Apache Kafka Architecture

Learn about the high-level architecture of Apache Kafka and its open-source ecosystem, and perform basic operations using the Kafka CLI.

Apache Kafka: key components

Apache Kafka is a distributed system and has multiple components that coordinate and work together.

Press + to interact
Apache Kafka: high-level architecture
Apache Kafka: high-level architecture

Here are some key components of Kafka.

Brokers

A broker, also known as a node or server, is a fundamental building block that runs the main Kafka process. A production-grade deployment requires three or more brokers to achieve high availability and scalability. Brokers are clustered together, and each cluster has a leader that can have one or more follower nodes that replicate data from it.

Client application

Producers send messages to Kafka, which are composed of a key and a value (with the key potentially being null). Meanwhile, consumer applications subscribe to retrieve and handle these events. Producers and consumers operate independently and without knowledge of one another. Consequently, producers can write events to Kafka without awareness of who consumes them, while consumers can read them from Kafka without knowing who produced them.

Topic

Messages sent by producers are stored and organized into topics, with each message being appended to the end of the topic (similar to that of the commit log). A topic can have multiple producers that send events to it, as well as numerous consumers that subscribe to these events. Unlike conventional messaging systems, events in a topic can be read multiple times because they are not deleted after being consumed. Instead, a per-topic configuration determines how long Kafka should store the events, after which older events are discarded.

Partition

Each topic comprises one or more partitions, with each message assigned to a specific partition via a hash function applied to the key (in cases where the key is null, a round-robin approach is adopted instead). The Kafka cluster replicates data across all of these partitions. This distributed placement of data is critical for scalability, because it enables client applications to read from and write to the data across multiple brokers simultaneously.

The Apache Kafka ecosystem

Kafka is not just a stand-alone piece of software. One of the key reasons behind its popularity and adoption is its rich ecosystem of open-source libraries and open-source tools, with some being part of the core Kafka project (for example, Kafka Connect), while others are independent projects that integrate with and are designed to work on top of Kafka (for example, Strimzi).

Here is an overview of the open-source components that are part of the core Kafka project. Most of these will be covered in this course.

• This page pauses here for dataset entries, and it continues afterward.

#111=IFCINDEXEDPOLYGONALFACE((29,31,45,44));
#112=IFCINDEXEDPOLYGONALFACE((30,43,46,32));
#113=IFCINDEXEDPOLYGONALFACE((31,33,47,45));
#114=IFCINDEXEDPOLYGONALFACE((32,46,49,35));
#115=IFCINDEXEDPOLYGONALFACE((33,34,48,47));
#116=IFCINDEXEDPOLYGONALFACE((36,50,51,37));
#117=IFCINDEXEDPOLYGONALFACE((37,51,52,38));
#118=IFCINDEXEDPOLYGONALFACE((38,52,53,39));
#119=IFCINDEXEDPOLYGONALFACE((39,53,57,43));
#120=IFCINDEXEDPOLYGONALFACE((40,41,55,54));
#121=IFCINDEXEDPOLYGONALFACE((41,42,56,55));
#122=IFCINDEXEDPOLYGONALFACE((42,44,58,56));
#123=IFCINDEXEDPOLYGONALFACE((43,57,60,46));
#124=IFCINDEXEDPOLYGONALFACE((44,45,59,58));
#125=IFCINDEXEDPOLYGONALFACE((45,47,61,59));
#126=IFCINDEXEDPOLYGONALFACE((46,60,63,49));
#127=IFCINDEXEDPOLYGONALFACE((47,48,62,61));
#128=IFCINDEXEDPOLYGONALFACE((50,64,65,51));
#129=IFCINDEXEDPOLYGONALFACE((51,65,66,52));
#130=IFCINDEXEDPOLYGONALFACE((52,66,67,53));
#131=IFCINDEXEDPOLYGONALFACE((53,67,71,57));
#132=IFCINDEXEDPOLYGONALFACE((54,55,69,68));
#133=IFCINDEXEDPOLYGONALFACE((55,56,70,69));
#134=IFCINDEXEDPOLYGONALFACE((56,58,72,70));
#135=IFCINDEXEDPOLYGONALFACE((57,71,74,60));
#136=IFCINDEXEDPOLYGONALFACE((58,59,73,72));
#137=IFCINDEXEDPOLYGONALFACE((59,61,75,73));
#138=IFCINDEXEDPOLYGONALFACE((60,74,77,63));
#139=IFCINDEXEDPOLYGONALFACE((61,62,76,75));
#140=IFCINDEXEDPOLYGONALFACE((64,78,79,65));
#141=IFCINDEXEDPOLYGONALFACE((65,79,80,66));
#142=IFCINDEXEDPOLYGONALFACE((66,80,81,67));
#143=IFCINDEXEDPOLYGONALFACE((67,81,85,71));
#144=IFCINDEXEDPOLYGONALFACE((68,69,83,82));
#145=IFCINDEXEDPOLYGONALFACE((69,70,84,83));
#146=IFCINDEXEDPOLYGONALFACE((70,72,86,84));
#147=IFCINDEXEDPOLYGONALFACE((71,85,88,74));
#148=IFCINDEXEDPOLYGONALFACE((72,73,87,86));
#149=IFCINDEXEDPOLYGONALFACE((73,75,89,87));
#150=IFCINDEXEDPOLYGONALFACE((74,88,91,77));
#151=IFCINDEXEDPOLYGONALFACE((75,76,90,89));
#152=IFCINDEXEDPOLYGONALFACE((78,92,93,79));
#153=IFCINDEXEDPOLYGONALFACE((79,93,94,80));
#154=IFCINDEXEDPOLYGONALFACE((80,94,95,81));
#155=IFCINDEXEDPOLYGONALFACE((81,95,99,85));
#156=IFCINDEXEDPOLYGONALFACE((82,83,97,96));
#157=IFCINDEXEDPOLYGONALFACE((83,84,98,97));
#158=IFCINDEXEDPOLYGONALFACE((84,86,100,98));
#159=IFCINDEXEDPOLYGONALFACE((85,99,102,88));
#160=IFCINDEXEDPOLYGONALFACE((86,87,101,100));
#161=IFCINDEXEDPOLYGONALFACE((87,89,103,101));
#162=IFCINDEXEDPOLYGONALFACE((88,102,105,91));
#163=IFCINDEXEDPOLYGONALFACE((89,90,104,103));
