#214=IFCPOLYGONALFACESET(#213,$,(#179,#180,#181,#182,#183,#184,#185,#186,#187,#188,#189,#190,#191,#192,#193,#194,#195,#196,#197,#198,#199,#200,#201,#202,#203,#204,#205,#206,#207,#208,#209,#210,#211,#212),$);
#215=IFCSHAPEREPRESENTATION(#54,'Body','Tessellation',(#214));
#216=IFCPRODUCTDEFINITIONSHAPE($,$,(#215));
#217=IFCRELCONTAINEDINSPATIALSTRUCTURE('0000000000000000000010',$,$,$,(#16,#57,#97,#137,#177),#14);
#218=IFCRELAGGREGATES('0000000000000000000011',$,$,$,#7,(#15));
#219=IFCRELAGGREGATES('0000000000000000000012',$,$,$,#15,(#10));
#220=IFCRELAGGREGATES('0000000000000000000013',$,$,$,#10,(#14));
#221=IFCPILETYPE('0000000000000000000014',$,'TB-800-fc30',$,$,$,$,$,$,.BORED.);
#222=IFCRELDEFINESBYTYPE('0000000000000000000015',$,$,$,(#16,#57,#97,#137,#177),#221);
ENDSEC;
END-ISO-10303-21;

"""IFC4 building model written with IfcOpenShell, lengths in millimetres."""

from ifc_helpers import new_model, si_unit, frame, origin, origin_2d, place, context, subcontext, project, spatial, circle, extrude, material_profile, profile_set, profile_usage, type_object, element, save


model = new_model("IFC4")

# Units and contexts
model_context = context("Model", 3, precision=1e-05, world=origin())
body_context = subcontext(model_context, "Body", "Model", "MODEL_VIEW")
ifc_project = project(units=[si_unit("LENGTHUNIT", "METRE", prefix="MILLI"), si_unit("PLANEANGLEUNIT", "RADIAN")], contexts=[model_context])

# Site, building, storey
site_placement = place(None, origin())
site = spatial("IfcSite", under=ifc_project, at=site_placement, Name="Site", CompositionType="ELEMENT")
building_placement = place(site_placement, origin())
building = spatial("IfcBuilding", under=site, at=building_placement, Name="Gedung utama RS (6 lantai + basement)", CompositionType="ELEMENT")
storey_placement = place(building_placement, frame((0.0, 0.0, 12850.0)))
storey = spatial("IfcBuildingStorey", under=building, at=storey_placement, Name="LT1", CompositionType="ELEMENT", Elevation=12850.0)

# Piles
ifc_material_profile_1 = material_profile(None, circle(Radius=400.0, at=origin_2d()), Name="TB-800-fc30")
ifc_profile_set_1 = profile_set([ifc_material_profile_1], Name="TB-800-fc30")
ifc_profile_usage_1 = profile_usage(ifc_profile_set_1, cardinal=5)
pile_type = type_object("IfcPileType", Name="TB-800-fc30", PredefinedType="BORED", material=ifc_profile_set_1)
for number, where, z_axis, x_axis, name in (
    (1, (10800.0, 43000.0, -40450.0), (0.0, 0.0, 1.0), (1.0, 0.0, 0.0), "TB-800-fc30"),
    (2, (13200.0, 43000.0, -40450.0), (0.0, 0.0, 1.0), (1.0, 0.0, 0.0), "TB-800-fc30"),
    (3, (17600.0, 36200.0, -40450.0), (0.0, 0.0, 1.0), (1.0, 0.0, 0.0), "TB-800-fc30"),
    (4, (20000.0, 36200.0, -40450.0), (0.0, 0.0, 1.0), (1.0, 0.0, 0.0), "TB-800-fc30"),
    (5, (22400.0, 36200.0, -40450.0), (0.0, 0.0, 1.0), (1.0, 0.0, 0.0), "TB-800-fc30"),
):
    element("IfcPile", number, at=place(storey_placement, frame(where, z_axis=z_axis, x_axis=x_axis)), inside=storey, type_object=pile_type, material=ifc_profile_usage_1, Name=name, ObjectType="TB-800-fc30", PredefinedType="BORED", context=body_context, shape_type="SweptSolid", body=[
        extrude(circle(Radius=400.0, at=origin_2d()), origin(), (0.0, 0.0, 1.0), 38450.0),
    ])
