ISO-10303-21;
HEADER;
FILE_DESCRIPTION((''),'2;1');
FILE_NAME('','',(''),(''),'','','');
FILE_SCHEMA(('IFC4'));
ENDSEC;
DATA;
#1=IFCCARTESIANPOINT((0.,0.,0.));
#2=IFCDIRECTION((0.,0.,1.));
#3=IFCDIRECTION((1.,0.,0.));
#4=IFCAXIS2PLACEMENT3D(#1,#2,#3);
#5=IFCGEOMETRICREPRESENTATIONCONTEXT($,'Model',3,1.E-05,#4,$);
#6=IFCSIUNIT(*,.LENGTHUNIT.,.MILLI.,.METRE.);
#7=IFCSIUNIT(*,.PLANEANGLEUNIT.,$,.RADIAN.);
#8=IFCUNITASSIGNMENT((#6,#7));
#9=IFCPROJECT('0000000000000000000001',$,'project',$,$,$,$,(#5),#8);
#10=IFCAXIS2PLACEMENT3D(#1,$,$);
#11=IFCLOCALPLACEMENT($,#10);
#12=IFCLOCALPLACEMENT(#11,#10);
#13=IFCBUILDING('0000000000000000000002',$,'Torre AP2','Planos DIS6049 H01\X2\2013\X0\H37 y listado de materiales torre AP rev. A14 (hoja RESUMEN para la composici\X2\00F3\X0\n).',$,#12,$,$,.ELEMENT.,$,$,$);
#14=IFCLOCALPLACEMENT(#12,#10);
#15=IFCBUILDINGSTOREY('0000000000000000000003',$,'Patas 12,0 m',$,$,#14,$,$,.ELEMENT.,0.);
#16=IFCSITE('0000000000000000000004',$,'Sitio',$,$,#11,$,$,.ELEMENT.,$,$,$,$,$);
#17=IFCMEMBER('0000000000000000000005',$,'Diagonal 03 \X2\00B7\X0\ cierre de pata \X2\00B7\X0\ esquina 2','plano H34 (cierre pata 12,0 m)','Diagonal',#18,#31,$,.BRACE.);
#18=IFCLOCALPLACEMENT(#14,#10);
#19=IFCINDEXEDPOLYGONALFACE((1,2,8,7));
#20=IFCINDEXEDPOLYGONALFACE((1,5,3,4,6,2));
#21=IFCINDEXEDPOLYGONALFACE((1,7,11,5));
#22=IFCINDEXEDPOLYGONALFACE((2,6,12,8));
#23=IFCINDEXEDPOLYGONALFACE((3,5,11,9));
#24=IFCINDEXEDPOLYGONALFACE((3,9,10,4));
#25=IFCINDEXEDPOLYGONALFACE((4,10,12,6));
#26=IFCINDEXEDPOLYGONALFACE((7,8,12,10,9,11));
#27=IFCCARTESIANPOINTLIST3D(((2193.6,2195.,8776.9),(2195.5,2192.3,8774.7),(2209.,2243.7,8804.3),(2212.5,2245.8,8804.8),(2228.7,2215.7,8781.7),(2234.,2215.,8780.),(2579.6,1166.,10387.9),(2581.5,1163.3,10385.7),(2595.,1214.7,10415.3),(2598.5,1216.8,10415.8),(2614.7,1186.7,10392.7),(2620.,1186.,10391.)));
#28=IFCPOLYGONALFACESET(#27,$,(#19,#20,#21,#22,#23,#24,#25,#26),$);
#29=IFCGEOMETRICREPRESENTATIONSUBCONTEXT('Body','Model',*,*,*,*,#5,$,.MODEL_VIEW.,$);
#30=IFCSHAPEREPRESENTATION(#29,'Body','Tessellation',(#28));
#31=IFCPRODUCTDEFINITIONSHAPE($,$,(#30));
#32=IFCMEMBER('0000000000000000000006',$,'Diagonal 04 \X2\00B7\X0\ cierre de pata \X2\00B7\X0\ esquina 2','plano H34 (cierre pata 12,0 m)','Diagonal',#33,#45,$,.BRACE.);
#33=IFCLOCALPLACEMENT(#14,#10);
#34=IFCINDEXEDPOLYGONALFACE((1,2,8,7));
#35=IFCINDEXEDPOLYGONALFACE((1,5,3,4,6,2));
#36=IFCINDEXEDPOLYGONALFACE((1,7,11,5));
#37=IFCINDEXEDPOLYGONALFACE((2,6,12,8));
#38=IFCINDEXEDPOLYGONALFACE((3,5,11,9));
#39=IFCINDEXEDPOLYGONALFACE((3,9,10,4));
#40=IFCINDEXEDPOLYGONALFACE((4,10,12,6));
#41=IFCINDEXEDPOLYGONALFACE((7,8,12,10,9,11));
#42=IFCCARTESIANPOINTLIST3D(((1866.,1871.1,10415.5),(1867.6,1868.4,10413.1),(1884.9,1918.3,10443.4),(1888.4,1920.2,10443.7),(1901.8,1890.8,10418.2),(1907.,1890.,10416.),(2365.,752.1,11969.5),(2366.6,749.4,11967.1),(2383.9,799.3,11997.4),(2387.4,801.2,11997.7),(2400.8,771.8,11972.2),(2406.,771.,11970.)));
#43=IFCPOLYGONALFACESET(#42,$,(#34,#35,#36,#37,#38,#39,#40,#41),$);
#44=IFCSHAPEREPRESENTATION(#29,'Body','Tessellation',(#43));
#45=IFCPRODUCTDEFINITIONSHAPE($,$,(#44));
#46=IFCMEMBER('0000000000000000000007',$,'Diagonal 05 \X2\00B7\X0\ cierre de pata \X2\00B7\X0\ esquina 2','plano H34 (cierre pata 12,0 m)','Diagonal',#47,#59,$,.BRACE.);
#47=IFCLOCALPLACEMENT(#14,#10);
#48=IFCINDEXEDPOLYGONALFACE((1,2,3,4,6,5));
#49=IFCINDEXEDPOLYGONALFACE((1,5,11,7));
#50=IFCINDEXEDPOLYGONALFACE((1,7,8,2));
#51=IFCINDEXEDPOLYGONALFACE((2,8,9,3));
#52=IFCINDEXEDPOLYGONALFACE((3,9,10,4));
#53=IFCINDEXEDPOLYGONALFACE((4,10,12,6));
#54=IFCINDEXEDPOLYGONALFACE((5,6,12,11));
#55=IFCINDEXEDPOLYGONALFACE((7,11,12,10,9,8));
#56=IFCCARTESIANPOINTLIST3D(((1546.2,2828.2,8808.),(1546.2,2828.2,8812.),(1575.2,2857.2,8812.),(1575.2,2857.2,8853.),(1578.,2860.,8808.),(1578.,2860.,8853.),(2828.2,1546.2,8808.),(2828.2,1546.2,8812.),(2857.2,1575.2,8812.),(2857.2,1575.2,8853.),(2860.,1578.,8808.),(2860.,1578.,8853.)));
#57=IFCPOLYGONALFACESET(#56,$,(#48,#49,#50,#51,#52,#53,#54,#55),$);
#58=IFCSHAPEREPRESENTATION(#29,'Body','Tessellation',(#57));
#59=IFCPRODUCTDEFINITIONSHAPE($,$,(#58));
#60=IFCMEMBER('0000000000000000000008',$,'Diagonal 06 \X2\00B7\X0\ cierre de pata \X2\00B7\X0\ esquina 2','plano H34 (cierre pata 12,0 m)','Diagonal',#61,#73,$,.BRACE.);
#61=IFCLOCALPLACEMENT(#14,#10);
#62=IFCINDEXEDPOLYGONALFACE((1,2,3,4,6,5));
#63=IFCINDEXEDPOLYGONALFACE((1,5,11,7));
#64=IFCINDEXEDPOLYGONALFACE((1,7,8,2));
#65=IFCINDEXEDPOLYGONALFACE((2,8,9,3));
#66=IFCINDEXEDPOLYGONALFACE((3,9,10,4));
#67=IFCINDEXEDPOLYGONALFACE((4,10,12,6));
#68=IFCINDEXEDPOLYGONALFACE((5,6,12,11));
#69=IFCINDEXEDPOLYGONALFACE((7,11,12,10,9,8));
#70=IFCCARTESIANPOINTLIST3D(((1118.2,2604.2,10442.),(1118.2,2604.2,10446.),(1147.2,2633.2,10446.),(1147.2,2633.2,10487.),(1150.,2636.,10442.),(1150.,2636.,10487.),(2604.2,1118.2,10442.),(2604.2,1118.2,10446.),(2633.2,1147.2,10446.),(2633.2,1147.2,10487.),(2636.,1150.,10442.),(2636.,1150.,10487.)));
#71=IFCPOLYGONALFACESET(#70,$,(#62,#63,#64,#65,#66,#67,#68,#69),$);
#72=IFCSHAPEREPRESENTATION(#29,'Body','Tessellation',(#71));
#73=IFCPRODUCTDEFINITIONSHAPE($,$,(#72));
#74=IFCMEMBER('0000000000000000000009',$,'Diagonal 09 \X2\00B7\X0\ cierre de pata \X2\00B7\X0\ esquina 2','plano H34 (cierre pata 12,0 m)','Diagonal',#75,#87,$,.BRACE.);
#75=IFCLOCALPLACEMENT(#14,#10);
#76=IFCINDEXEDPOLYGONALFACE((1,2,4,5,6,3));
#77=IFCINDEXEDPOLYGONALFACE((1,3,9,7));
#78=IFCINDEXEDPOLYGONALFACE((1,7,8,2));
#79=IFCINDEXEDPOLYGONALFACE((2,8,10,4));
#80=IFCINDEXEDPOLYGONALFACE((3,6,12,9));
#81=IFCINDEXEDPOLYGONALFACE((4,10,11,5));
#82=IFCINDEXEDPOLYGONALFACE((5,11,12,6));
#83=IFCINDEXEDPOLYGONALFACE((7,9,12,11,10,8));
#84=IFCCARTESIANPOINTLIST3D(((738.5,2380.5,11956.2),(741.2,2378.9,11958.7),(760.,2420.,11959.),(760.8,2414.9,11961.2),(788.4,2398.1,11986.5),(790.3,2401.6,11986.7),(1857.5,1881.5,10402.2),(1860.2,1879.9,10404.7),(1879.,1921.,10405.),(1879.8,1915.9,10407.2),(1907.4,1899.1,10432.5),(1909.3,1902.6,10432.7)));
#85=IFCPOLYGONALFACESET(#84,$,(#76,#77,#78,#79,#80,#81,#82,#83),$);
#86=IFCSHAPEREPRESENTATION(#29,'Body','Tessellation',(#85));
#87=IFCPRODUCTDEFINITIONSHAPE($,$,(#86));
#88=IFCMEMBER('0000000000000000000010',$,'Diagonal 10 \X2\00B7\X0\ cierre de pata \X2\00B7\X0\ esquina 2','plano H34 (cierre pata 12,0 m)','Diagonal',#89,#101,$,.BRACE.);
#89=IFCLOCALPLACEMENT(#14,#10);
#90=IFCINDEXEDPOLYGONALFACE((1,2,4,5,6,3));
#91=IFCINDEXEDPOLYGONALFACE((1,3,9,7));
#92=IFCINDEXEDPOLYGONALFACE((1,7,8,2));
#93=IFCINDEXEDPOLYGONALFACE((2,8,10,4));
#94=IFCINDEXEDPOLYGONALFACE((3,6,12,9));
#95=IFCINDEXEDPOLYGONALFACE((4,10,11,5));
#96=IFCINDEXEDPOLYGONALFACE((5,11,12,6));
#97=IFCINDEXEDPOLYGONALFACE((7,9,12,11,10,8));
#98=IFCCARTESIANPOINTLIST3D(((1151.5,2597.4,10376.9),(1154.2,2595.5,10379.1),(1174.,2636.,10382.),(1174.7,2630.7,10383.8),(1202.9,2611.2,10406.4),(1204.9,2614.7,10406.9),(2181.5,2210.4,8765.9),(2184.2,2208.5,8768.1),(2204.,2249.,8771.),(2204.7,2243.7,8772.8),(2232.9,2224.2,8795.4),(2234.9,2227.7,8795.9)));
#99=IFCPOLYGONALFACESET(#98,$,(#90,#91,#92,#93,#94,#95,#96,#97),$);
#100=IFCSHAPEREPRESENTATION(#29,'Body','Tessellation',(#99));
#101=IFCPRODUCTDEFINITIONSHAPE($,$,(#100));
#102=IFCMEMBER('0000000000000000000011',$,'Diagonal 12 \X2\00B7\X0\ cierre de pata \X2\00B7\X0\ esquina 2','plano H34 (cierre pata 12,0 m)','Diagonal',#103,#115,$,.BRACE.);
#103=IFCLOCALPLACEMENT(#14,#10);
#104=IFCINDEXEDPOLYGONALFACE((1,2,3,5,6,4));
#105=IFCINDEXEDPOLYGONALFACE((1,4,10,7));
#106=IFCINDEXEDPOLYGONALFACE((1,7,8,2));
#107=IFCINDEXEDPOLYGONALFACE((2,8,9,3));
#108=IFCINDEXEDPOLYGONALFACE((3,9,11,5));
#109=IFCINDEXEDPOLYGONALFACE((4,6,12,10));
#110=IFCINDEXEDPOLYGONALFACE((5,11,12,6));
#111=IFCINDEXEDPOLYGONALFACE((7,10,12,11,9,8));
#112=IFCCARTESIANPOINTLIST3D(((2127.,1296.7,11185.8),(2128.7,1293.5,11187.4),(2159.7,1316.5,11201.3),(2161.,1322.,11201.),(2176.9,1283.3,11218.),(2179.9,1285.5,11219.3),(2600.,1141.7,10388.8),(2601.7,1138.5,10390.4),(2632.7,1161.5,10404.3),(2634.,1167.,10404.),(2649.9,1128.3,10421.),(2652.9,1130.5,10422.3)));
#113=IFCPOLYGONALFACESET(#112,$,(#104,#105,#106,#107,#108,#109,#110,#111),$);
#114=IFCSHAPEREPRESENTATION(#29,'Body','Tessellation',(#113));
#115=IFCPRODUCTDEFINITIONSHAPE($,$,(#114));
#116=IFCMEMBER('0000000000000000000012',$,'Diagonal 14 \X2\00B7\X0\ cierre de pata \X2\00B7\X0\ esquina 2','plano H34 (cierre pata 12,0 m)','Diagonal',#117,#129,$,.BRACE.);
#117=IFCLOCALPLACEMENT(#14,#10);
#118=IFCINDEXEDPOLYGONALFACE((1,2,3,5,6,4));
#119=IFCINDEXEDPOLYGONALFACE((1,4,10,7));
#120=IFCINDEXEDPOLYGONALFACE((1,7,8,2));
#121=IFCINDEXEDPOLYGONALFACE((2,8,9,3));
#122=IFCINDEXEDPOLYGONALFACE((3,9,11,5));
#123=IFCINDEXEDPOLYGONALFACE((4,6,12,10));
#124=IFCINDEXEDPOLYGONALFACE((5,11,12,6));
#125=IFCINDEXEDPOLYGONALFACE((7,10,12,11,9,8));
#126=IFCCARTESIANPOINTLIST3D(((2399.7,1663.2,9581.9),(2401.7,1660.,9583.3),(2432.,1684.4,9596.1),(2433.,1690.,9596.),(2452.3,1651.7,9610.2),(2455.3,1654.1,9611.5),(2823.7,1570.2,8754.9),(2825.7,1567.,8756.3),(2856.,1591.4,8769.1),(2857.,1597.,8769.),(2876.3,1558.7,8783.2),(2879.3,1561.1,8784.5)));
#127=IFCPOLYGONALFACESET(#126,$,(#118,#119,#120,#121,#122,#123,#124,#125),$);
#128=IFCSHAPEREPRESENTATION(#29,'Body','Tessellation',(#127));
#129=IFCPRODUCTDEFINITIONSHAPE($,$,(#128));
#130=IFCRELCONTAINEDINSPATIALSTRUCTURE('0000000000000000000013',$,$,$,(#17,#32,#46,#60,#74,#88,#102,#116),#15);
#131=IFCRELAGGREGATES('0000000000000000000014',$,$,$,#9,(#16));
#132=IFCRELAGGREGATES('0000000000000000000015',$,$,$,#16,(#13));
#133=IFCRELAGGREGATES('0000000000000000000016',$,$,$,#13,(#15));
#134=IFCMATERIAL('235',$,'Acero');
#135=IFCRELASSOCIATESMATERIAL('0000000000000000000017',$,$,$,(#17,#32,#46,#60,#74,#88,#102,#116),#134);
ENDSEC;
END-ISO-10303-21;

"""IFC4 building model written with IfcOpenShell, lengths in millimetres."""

from ifc_helpers import new_model, si_unit, frame, frame_2d, origin, origin_with_axes, place, context, subcontext, project, spatial, l_section, extrude, material, element, save


model = new_model("IFC4")

# Units and contexts
model_context = context("Model", 3, precision=1e-05, world=origin_with_axes())
body_context = subcontext(model_context, "Body", "Model", "MODEL_VIEW")
ifc_project = project(units=[si_unit("LENGTHUNIT", "METRE", prefix="MILLI"), si_unit("PLANEANGLEUNIT", "RADIAN")], contexts=[model_context])

# Site, building, storey
site_placement = place(None, origin())
site = spatial("IfcSite", under=ifc_project, at=site_placement, Name="Sitio", CompositionType="ELEMENT")
building_placement = place(site_placement, origin())
building = spatial("IfcBuilding", under=site, at=building_placement, Name="Torre AP2", Description="Planos DIS6049 H01–H37 y listado de materiales torre AP rev. A14 (hoja RESUMEN para la composición).", CompositionType="ELEMENT")
storey_placement = place(building_placement, origin())
storey = spatial("IfcBuildingStorey", under=building, at=storey_placement, Name="Patas 12,0 m", CompositionType="ELEMENT", Elevation=0.0)

# Members
ifc_material_1 = material(Name="235", Category="Acero")
member_1_placement = place(storey_placement, frame((2620.0, 1186.0, 10391.0), z_axis=(-0.197932, 0.527647, -0.826082), x_axis=(-0.855328, -0.504616, -0.117376)))
element("IfcMember", 1, at=member_1_placement, inside=storey, material=ifc_material_1, Name="Diagonal 03 · cierre de pata · esquina 2", Description="plano H34 (cierre pata 12,0 m)", ObjectType="Diagonal", PredefinedType="BRACE", context=body_context, shape_type="SweptSolid", body=[
    extrude(l_section(Depth=45.0, Width=45.0, Thickness=4.0, at=frame_2d((22.5, 22.5))), None, (0.0, 0.0, 1.0), 1950.2),
])
member_2_placement = place(storey_placement, frame((2406.0, 771.0, 11970.0), z_axis=(-0.252159, 0.565463, -0.785281), x_axis=(-0.874778, -0.480163, -0.064857)))
element("IfcMember", 2, at=member_2_placement, inside=storey, material=ifc_material_1, Name="Diagonal 04 · cierre de pata · esquina 2", Description="plano H34 (cierre pata 12,0 m)", ObjectType="Diagonal", PredefinedType="BRACE", context=body_context, shape_type="SweptSolid", body=[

  • Kafka Client APIs: These are the Producer and Consumer APIs that allow client applications to write and read data from Kafka topics, respectively. These APIs are a very important part of the overall ecosystem since other components (described in this section) rely on and are built on top of these APIs. Kafka also has client libraries in multiple programming languages, but the Java client is part of the core Kafka project.

  • Kafka Connect: This provides a high-level framework for building connectors that integrate Kafka with other systems such as databases, object storage, etc. Source connectors move data from source systems to Kafka topics, and sink connectors move data from Kafka topics into target systems. The JDBC connector and Debezium are examples of widely used connectors.

  • Kafka Streams: This is a Java library that allows us to execute stateless and stateful computations (map, filter, join, aggregations, etc.) on streaming data flowing in and out of Kafka topics. It provides high-level APIs (DSL and Processor) that we can use to create topologies to execute these computations.

  • Kafka MirrorMaker: This is a tool for copying data between two Apache Kafka clusters. Data is read from topics in the source cluster and written to a topic with the same name in the destination cluster.

Getting started with Kafka using the CLI

The Apache Kafka distribution includes a handy CLI. Let’s conclude this introductory lesson with a short tutorial to reinforce some of the core Kafka concepts, like the producer, consumer, and topic.

To start the Apache Kafka broker in the terminal below, click “Click to Connect....” Once that’s done, follow the steps outlined below:

Terminal 1
Terminal
Loading...

Creating a topic

Click the “+” button to open a new terminal tab and enter the following commands:

cd /app/confluent-7.3.1/bin
./kafka-topics --bootstrap-server localhost:9092 --create --partitions 2 --replication-factor 1 --topic test
Creating a Kafka topic

Once the topic is created, you should see the Created topic test confirmation message.

Starting the consumer CLI

Click the “+” button to open a new terminal tab and enter the following commands:

cd /app/confluent-7.3.1/bin
./kafka-console-consumer --bootstrap-server localhost:9092 --topic test
Using the Kafka consumer CLI

Invoking the producer CLI

Click the “+” button to open a new terminal tab and enter the following commands:

cd /app/confluent-7.3.1/bin
./kafka-console-producer --bootstrap-server localhost:9092 --topic test
Using the Kafka producer CLI

You should see a > prompt when the producer is ready. Enter the messages you want to send to the topic (press the “Enter” key after each message).

Go back to the consumer terminal to verify that the messages were received.

Conclusion

In this lesson, we covered the high-level architecture of Apache Kafka, along with its client ecosystem. We also used the Kafka CLI to try out basic operations like topic creation and producing and consuming messages from a topic.